GPU Maven Plugin
The GPU Maven Plugin compiles Java code with hand-selected Java kernels to CUDA that can run on NVIDIA GPUs of compatibility level 2.0 or higher. It encapsulates the build process so that GPU code is as easy to build with maven as ordinary Java code. The plugin relies on the NVidia CUDA SDK being installed which must be done separately.
The plugin source includes forks of Rootbeer1 and Soot plus bug repairs. Their author was so attached to his command-line tools and idiosyncratic build conventions that I couldn't wait for him any more.
How it works
Users write ordinary Java that designates code for the GPU by enclosing it a class that implements the Rootbeer "Kernel" interface. They use ordinary Java compilers to compile it into a jar of byte codes for the Java virtual machine. This plugin then turns the jar into a new one that contains CUDA kernels to run on the GPU on command from the non-kernel part of the program. Only kernels get converted to CUDA; the rest of the program remains as Java byte codes.
Byte code is a stack-based format that is good for execution but not for code analysis and translation. So Rootbeer uses Soot to find Kernel classes in the jar, to locate their dependencies and to translate them to Jimple. This is a 3-address format that Rootbeer translates into CUDA-compatible C++ source code. Finally, the NVidia tool chain compiles the generated source to CUDA binaries and links them into a binary kernel that the original Java can launch on the GPU. This plugin handles all this automatically so the build process looks like an ordinary Java compile to its users.
How to use it
These sub-modules contain example applications and poms that show how to prepare code to run on the GPU. The gpu-rootbeer/doc folder provides further details.
gpu-mandelbrot: A fast and feature-rich Mandelbrot generator that uses multithreading (CPU-based) to speed computation of amazing Mandelbrot pictures.
gpu-mandelbrot-gpu: A modification to the above that moves CPU threads to the GPU to compare performance of CPU versus GPU threads. However this analysis has not been completed because of the complexity of the code. When complete this test may be useful to quantify data transfer costs. Mandelbrot tasks incur little data transfer overhead but each task is heavily compute-intensive.

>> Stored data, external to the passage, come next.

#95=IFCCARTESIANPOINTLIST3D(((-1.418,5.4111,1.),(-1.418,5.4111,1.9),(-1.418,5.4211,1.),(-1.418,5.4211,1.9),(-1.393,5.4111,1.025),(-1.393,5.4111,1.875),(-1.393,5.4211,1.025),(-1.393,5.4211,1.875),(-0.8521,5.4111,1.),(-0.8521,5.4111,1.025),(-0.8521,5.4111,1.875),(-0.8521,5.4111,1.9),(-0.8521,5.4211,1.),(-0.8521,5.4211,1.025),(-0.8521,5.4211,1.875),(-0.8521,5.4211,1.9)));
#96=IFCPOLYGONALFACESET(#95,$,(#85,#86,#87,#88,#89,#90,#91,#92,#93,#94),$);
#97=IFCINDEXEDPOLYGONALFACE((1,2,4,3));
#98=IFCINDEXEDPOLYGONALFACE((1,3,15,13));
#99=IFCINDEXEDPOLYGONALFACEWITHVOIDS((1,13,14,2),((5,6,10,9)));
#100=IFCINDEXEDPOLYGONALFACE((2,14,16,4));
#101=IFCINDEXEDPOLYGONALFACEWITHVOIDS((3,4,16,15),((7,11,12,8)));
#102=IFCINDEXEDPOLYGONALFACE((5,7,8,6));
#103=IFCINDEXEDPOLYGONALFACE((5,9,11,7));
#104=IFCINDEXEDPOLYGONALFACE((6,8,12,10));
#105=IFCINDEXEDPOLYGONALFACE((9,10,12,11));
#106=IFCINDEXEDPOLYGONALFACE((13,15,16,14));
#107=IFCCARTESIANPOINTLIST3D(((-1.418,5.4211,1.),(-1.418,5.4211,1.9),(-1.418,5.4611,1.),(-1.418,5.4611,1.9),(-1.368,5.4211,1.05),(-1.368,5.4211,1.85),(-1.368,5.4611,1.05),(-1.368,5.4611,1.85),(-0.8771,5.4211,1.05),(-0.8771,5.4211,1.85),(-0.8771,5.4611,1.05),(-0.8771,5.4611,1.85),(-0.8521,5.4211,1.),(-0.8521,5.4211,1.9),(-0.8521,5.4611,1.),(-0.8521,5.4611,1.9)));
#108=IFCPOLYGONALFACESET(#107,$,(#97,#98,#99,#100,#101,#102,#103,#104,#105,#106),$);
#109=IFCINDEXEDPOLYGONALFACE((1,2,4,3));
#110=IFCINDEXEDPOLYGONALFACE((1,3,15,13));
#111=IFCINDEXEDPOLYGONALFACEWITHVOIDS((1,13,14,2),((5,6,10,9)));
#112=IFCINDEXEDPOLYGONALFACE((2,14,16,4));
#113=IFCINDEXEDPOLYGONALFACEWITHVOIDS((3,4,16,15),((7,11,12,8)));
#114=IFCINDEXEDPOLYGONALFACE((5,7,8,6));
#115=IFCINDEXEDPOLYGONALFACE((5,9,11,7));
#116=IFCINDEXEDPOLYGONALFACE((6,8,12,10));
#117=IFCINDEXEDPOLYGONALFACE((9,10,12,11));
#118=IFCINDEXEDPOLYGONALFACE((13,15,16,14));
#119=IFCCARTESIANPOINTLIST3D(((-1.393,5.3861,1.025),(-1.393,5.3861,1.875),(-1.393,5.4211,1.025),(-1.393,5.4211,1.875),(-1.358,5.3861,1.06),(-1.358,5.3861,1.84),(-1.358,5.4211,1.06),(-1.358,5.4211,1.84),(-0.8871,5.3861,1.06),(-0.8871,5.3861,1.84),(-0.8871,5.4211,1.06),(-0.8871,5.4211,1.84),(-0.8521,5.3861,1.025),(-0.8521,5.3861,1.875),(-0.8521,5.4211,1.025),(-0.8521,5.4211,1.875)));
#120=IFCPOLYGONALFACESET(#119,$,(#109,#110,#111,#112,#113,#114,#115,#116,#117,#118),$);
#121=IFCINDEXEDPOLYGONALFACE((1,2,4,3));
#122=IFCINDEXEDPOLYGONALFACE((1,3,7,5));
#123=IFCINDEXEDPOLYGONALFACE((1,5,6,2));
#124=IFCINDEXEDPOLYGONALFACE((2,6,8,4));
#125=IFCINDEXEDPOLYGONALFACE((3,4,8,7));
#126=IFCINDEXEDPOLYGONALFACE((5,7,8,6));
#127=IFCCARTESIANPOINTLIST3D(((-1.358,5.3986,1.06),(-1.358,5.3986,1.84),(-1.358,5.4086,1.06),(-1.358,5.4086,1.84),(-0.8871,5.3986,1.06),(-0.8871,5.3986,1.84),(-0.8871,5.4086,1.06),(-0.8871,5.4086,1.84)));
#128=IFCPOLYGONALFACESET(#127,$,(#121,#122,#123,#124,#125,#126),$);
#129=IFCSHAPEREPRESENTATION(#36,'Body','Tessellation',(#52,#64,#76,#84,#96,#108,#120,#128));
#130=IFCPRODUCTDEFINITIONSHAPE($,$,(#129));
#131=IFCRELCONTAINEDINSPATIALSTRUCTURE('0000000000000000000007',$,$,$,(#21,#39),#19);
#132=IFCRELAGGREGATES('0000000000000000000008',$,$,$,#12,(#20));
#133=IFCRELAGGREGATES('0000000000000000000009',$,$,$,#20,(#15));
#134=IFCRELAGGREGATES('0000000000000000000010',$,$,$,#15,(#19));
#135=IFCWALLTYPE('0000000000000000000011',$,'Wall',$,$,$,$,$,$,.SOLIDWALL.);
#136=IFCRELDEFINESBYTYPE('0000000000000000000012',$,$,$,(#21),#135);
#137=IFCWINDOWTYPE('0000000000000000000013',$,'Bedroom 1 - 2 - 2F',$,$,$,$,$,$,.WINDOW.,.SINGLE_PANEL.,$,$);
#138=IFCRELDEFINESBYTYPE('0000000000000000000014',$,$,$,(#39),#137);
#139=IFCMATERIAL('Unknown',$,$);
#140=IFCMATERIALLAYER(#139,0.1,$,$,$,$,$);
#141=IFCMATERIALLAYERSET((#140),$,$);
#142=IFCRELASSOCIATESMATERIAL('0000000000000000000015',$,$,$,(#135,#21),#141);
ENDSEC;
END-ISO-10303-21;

gpu-timings: this includes several common algorithms instrumented to compare CPU-only versus GPU performance for a broad variety of task counts and data sizes. Average computes the average of arrays of various sizes, SumSq computes the sum of the squares and IntMatrixMultiply and DoubleMatrixMultiply multiplies integer and double matrices of various sizes.
Is it worth it?
It depends on your application; in particular on the number of GPU tasks and the amount of work they do in parallel. There are also so far unmeasured costs for transferring data to and from the GPU. And of course, it helps only for CPU-bound apps.
For example, the gpu-timings/Average application computes the average of large arrays by subdividing each array into chunks, summing each chunk in parallel with independent GPU threads and combining the sums into an average when the tasks are done. The measurements reveal that conversion of hand-designated Java kernels to GPU/CUDA is beneficial for about a thousand threads (10^3) each summing ten thousand values (10^4) in parallel. The improvement is 2x-4x at those levels and grows to 37x for 10^5 tasks and 10^6 values. The improvement for larger sizes has not yet been measured due to a timeout fault when huge data sets are loaded into the GPU. Some graphs of performance improvements are in the downloads section.
This project has a parent module (gpu-maven-plugin) with two child GPU modules (gpu-mandebrot-gpu and gpu-timings). Such projects trigger a bug in which the second child module (gpu-timings) throws a RuntimeException when mvn install is launched in the parent instead of the child. The workaround is to repeat 'mvn clean install' in the failing child (gpu-timings in this case) as instructed in the exception message.
This happens because Rootbeer and Soot use singleton classes heavily. Running mvn install in the parent module should build all children successfully. But this fails because singletons hang onto state from the first GPU build which pollutes subsequent ones. Such deep structural flaws are nasty to fix so use the workaround until I get to the bottom of this. Other workarounds will be added to the wiki as required.